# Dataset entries
§
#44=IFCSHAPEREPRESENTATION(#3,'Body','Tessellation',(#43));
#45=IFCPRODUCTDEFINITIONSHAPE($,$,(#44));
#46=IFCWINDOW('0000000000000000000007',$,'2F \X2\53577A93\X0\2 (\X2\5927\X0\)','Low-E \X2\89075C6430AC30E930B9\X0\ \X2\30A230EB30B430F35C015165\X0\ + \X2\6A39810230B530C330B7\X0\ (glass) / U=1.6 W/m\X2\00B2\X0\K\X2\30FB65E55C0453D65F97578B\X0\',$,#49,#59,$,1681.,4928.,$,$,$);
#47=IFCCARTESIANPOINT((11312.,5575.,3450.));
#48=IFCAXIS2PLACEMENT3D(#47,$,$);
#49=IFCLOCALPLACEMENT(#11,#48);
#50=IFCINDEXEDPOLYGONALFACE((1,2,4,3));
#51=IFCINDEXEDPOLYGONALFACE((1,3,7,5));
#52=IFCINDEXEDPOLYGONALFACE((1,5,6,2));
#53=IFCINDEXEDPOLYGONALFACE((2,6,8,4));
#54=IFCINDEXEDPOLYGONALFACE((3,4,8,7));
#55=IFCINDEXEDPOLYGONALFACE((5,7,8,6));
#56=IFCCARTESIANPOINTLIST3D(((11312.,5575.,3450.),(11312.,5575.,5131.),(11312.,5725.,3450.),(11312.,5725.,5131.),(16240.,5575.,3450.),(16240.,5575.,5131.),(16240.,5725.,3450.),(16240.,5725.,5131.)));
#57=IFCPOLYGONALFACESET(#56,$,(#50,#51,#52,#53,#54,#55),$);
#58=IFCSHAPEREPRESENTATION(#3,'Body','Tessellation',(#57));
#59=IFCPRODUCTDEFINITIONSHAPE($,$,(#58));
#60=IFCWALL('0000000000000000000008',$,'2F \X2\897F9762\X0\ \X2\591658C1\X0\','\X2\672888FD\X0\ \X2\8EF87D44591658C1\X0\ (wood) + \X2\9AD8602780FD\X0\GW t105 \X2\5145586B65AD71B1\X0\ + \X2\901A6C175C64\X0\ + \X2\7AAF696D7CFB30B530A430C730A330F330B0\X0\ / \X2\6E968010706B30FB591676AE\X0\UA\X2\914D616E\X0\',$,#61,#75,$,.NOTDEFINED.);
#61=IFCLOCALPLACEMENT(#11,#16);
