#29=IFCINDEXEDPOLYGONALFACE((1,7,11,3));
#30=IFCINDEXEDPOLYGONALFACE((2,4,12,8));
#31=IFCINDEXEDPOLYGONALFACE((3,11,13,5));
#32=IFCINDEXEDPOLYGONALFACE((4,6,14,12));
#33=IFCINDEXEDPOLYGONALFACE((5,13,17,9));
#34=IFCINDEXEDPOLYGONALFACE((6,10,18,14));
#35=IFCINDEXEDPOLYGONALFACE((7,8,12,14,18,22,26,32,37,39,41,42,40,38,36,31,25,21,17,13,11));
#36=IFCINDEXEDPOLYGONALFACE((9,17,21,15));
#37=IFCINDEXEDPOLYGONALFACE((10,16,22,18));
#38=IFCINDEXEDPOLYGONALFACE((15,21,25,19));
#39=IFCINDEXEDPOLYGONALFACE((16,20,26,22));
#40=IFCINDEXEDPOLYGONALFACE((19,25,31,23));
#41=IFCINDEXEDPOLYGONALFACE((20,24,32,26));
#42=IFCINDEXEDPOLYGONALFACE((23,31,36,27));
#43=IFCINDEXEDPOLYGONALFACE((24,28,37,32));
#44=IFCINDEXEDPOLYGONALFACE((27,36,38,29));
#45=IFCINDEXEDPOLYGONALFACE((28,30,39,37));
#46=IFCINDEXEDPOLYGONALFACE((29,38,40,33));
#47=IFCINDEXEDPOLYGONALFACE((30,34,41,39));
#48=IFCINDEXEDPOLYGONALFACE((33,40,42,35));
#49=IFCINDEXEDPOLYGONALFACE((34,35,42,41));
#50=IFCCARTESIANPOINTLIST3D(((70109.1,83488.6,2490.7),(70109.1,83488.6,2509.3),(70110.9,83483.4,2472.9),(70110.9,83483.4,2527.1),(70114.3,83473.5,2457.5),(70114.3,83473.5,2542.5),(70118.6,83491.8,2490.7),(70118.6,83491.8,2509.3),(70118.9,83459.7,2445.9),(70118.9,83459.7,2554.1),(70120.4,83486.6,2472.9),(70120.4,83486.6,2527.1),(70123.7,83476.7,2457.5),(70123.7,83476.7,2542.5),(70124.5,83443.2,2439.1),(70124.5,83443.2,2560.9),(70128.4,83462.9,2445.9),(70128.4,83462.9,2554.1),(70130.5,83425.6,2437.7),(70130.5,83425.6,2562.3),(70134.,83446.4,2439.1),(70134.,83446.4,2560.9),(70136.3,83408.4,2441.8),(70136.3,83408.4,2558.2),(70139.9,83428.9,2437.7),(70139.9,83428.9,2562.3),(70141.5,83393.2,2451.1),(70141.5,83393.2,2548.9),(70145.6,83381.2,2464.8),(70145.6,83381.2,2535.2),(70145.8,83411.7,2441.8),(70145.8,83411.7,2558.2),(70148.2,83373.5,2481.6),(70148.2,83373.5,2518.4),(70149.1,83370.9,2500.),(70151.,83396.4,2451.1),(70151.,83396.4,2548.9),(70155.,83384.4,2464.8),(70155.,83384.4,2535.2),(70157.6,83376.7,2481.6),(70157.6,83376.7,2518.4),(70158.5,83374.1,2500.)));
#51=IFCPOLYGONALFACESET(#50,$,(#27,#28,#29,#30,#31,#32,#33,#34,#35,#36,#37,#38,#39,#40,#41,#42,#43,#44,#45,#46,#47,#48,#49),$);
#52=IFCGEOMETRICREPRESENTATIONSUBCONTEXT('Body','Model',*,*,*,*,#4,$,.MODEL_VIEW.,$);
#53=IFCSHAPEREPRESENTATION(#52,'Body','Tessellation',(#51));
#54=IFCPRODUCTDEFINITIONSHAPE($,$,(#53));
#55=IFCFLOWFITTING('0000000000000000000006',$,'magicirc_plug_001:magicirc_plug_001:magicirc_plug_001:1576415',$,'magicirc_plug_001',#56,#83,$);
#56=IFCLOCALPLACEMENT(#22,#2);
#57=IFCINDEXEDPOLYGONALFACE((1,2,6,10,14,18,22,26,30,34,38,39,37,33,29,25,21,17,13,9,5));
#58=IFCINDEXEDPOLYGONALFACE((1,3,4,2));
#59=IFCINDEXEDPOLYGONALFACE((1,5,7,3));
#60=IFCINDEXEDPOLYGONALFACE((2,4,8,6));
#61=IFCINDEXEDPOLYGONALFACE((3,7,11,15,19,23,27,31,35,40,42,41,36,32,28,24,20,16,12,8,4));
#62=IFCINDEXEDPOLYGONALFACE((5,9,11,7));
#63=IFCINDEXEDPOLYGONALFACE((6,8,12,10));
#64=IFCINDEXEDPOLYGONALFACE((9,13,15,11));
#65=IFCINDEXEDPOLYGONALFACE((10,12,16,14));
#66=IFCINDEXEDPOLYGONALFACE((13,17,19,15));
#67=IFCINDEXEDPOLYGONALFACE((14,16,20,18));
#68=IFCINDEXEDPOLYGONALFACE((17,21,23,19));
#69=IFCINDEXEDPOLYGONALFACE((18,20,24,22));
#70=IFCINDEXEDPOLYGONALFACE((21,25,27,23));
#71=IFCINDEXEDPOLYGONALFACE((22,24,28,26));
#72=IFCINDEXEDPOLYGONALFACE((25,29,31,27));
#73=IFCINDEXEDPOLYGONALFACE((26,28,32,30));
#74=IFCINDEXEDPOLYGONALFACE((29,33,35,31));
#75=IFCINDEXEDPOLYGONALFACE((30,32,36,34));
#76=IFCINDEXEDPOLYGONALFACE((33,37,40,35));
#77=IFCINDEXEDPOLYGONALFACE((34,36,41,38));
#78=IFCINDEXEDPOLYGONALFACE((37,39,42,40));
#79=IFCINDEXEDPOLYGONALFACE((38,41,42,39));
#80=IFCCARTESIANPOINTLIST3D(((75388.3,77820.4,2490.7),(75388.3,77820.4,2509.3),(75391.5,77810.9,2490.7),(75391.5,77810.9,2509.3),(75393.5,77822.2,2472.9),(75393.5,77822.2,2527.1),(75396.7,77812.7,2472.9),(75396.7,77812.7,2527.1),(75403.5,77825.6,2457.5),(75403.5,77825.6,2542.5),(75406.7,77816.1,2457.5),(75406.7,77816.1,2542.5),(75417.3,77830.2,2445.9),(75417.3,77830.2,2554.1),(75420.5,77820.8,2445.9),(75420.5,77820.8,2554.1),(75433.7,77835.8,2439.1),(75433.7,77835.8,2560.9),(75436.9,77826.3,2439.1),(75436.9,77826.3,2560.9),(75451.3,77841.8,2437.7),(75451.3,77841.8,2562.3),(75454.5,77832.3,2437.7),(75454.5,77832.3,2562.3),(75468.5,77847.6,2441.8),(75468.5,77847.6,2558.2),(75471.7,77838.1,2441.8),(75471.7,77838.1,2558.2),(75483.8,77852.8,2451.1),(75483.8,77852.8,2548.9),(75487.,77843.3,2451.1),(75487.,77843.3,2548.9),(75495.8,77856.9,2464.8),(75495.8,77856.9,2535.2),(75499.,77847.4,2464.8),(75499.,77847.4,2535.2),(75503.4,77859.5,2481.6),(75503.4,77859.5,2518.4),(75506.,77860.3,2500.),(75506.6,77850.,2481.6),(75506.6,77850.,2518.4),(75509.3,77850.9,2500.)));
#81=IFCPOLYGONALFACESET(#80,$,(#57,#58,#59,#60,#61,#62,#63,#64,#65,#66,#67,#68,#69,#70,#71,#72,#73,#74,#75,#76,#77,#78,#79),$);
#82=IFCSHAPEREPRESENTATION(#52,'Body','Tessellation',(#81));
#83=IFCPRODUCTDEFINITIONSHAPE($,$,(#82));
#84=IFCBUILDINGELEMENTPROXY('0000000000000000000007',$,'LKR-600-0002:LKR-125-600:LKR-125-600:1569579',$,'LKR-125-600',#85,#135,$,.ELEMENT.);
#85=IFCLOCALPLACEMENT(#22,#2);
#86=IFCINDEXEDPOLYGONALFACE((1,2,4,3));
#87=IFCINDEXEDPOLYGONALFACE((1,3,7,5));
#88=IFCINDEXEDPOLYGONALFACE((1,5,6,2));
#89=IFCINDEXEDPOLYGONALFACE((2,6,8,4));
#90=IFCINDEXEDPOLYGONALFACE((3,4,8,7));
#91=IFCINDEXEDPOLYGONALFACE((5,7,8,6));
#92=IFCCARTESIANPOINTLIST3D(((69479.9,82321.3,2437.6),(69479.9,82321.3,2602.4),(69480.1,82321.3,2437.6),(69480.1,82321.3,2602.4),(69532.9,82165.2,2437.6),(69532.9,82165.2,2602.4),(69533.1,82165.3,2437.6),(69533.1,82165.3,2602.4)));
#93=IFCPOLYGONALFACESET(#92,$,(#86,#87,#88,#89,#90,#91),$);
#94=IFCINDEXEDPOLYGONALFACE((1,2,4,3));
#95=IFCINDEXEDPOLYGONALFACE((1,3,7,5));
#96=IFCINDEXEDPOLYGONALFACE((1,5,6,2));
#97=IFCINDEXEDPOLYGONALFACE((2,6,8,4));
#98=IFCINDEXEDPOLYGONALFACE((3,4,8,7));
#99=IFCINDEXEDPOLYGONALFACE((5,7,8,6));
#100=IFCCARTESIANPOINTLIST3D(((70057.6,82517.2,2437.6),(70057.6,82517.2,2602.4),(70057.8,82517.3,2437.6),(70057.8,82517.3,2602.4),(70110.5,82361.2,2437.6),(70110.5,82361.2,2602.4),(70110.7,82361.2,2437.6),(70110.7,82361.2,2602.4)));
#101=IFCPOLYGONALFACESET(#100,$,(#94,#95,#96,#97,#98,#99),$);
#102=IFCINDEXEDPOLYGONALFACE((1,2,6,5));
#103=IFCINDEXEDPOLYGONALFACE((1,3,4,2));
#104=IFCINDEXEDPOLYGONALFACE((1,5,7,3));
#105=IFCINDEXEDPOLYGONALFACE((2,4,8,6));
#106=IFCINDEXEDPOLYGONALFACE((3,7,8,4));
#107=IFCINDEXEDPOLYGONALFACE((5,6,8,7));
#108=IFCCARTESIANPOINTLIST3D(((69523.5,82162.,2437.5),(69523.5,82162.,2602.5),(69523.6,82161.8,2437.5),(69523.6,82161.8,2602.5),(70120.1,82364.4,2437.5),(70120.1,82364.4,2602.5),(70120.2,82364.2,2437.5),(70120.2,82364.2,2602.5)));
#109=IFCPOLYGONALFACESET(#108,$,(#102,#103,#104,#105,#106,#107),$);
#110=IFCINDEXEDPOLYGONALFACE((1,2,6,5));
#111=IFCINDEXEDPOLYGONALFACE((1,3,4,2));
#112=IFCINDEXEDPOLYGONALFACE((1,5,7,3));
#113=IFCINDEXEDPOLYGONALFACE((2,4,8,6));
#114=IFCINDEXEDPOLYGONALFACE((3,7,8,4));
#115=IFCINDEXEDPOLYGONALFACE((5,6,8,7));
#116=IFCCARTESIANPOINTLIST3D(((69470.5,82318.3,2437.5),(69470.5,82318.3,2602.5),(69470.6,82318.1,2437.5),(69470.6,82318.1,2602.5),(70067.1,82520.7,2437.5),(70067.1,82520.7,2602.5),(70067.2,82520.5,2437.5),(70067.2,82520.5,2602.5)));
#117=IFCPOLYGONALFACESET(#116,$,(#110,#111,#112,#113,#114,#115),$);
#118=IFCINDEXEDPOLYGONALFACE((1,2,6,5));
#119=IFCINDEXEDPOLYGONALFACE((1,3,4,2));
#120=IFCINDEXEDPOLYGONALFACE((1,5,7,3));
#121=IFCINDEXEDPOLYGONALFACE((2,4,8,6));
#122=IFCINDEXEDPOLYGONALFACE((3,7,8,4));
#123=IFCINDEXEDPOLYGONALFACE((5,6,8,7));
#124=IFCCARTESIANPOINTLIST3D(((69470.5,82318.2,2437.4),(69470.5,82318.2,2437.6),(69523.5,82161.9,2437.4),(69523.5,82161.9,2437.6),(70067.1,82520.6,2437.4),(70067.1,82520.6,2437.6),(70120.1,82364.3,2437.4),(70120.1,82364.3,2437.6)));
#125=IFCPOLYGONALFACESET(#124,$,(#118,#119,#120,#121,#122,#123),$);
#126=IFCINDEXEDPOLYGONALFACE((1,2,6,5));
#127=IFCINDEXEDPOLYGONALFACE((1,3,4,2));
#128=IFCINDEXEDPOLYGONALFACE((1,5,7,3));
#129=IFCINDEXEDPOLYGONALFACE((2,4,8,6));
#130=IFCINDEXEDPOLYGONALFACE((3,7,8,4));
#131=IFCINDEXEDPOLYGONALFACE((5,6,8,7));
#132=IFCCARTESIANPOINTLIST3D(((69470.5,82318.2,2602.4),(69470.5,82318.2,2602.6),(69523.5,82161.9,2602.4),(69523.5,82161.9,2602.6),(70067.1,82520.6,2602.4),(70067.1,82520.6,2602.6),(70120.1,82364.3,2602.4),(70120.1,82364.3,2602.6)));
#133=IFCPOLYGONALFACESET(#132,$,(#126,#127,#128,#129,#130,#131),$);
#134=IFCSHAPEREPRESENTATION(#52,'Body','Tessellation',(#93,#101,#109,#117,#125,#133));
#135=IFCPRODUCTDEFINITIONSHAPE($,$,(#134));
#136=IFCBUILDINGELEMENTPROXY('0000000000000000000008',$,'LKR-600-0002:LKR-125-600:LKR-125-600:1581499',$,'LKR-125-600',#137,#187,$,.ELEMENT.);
§
# Exercise prompt
Give the number of lines in the records where the word "IFCPRODUCTDEFINITIONSHAPE" occurs, and add nothing.

# Reply
5